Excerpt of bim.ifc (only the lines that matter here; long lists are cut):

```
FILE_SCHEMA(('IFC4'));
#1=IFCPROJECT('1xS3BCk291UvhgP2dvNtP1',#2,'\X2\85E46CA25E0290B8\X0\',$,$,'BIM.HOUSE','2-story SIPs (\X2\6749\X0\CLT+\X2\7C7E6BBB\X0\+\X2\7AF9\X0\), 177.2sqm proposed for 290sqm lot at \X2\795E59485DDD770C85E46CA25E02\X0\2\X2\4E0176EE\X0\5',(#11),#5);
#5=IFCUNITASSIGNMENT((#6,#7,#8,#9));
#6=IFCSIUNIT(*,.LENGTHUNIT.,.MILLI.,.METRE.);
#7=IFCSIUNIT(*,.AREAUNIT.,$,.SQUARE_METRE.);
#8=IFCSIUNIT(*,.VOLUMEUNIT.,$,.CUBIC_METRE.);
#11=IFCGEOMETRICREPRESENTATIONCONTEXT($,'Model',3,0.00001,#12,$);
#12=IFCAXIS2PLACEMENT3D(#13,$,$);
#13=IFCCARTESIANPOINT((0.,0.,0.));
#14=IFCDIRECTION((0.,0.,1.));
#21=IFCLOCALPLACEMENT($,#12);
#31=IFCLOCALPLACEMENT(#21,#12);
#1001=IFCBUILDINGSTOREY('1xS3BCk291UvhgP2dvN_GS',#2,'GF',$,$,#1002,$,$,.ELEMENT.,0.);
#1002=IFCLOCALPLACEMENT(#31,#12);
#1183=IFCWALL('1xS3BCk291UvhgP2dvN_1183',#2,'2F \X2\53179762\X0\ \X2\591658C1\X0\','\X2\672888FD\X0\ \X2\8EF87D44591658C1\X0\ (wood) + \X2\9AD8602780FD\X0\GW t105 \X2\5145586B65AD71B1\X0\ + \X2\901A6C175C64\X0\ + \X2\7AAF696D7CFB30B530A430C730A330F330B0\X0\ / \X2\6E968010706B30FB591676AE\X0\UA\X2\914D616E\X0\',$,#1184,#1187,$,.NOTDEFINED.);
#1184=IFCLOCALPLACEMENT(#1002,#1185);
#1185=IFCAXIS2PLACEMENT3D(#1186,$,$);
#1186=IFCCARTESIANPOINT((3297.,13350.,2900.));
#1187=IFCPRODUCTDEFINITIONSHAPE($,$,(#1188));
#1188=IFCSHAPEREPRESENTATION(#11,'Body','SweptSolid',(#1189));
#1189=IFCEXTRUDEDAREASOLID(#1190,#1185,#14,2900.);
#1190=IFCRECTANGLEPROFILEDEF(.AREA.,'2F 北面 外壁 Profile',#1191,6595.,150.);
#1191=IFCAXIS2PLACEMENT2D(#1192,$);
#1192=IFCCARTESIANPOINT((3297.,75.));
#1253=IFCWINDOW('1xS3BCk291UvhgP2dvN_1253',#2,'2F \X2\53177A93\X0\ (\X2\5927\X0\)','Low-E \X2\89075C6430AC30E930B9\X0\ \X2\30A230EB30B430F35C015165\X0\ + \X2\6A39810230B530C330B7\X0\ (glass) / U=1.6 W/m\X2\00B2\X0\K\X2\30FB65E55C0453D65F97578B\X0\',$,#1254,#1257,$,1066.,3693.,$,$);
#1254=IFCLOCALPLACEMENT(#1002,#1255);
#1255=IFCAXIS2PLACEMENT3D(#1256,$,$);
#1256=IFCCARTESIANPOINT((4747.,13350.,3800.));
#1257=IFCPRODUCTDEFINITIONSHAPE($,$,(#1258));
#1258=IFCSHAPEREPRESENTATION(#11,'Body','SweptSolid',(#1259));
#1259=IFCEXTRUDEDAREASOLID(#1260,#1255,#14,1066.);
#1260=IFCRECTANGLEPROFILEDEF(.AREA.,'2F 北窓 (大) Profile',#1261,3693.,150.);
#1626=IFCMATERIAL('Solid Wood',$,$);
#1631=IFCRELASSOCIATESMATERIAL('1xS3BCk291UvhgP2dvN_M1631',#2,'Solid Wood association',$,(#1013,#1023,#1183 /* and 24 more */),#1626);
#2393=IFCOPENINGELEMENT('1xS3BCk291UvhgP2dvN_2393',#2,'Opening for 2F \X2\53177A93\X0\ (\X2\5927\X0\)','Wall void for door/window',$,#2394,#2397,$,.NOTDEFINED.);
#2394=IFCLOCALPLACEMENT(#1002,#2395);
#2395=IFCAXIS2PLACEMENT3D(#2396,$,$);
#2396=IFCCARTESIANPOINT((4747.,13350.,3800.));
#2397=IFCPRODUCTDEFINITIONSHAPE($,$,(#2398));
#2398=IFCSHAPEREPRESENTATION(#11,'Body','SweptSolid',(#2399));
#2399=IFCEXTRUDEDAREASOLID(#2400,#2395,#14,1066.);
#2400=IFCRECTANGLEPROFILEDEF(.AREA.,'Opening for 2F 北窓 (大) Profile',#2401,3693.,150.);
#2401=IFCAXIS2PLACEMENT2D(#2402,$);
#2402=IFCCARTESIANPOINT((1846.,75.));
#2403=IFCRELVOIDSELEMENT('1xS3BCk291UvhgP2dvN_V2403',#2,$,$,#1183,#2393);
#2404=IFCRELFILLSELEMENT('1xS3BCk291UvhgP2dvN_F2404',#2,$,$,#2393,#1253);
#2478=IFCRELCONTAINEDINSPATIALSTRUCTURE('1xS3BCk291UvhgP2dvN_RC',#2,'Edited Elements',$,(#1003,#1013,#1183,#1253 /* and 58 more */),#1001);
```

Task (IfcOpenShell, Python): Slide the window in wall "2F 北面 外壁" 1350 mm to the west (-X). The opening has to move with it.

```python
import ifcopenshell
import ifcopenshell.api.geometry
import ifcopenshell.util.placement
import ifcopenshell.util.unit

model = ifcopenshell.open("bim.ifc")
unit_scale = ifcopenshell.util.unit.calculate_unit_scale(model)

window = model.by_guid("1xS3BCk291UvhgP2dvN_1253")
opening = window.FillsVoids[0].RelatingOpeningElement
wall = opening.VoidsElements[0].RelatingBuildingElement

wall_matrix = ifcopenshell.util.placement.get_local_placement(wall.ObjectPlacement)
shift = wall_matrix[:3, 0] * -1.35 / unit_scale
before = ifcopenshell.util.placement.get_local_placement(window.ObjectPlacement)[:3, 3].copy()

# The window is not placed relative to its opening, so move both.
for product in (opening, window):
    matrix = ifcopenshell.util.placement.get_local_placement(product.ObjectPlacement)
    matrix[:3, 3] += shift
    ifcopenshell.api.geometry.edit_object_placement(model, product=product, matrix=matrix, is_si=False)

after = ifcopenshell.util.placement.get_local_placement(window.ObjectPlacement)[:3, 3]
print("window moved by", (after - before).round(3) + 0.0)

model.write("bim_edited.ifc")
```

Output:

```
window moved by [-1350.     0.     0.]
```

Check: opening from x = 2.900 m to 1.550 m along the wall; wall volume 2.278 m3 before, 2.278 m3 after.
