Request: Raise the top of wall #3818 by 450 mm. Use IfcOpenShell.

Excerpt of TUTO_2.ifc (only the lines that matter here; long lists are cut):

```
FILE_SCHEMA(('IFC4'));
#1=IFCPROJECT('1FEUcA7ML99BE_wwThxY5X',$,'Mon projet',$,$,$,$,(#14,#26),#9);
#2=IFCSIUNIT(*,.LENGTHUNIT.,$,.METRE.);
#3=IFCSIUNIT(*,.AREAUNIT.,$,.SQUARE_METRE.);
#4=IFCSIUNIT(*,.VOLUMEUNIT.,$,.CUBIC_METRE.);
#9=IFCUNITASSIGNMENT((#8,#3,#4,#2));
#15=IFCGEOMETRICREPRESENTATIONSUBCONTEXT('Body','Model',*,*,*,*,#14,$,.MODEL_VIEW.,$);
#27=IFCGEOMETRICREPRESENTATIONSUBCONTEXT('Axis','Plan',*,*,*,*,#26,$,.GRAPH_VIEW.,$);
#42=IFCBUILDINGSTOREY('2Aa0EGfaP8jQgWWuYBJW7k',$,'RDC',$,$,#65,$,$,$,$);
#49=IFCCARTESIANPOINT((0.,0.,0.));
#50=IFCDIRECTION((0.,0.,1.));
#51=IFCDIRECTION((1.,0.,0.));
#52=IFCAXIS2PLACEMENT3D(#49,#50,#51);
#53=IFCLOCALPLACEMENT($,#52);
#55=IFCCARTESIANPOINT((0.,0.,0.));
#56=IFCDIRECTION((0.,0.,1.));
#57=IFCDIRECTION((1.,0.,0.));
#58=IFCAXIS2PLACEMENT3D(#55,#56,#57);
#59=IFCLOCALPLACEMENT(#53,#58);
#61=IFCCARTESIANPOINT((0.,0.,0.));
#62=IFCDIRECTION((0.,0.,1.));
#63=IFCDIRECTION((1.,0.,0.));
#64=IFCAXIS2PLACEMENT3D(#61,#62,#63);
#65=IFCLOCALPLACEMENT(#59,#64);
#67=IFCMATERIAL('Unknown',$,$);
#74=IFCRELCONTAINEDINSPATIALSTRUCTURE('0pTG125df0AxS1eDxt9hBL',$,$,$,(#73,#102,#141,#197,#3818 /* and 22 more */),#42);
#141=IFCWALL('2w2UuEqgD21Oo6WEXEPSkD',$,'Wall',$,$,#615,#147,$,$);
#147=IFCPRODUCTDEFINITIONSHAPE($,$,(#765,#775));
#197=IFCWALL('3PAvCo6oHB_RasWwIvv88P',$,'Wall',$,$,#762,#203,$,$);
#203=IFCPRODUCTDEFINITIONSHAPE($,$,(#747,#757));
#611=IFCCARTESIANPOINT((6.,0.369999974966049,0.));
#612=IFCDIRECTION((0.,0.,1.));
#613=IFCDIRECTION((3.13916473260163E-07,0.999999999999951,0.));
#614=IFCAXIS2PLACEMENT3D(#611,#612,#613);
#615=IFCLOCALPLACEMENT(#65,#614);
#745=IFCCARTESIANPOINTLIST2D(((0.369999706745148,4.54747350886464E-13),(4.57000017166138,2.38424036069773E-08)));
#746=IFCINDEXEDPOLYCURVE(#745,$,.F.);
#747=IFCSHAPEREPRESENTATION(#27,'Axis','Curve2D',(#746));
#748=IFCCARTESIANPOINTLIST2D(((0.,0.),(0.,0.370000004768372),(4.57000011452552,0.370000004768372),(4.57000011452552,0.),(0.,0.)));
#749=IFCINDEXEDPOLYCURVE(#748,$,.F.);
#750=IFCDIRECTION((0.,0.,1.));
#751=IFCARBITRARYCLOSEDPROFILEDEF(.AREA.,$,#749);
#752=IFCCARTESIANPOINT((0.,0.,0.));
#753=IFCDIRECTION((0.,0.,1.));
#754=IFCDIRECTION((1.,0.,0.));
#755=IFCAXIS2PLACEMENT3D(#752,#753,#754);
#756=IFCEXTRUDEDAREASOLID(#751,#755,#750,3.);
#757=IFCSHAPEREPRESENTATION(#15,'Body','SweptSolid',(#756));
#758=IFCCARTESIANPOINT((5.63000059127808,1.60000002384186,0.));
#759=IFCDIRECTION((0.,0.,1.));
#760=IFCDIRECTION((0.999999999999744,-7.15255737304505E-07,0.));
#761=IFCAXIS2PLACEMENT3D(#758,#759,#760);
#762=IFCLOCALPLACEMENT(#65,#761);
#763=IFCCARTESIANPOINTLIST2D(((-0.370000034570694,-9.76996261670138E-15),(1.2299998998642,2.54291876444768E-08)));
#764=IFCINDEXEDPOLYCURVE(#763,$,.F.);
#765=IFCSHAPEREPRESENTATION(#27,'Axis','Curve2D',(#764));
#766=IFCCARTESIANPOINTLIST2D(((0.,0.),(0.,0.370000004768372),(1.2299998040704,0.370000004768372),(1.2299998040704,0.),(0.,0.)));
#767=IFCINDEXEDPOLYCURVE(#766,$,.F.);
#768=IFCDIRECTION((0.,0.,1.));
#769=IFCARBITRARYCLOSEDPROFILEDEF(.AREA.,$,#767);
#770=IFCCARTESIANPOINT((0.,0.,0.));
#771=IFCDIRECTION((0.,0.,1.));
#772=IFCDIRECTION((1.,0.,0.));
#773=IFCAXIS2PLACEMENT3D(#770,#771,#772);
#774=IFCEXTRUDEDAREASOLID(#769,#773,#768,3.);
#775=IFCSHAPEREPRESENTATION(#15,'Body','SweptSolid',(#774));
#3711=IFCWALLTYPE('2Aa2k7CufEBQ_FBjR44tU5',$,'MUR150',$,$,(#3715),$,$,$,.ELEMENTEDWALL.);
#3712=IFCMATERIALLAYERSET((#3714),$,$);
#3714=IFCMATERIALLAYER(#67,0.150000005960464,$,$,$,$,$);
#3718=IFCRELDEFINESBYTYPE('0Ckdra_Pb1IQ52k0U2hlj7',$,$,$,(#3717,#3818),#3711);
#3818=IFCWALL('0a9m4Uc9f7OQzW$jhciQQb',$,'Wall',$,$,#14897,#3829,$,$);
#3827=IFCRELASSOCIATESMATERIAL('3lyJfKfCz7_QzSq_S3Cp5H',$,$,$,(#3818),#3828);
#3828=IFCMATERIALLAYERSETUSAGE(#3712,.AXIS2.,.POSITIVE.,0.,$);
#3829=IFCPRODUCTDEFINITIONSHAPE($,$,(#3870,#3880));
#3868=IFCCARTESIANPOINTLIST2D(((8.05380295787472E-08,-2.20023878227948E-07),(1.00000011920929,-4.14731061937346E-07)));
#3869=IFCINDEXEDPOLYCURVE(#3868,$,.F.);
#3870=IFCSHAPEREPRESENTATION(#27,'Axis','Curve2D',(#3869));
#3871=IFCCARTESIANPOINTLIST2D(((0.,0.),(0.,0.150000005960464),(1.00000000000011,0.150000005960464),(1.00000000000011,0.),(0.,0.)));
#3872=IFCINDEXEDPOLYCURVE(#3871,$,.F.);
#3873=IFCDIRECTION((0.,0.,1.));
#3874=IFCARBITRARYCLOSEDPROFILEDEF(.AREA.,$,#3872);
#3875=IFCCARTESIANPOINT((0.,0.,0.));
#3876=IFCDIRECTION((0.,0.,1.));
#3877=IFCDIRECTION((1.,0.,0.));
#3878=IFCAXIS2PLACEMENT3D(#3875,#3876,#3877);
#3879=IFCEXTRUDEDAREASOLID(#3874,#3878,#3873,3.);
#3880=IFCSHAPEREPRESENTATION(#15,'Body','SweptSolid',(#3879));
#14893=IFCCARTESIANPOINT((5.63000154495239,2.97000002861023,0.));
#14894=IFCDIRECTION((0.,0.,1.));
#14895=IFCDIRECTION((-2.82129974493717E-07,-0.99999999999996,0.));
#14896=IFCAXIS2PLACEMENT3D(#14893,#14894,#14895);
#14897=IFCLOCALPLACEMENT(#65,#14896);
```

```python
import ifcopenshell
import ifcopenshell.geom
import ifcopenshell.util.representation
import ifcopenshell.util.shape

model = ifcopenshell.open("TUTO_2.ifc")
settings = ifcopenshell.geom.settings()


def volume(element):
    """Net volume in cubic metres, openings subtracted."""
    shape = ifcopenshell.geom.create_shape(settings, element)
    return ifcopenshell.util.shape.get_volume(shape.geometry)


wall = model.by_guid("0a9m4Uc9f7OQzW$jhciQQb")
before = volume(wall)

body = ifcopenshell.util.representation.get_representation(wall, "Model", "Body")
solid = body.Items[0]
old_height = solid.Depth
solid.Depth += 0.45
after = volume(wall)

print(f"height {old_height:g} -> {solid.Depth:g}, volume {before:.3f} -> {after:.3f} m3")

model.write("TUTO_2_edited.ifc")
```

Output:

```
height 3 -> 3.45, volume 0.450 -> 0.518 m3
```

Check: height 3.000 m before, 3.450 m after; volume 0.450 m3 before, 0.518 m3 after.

- EXERCISE -
Only the lines holding "IFCARBITRARYCLOSEDPROFILEDEF" are wanted, so copy each of them from the material.

- RESULT -
#751=IFCARBITRARYCLOSEDPROFILEDEF(.AREA.,$,#749);
#769=IFCARBITRARYCLOSEDPROFILEDEF(.AREA.,$,#767);
#3874=IFCARBITRARYCLOSEDPROFILEDEF(.AREA.,$,#3872);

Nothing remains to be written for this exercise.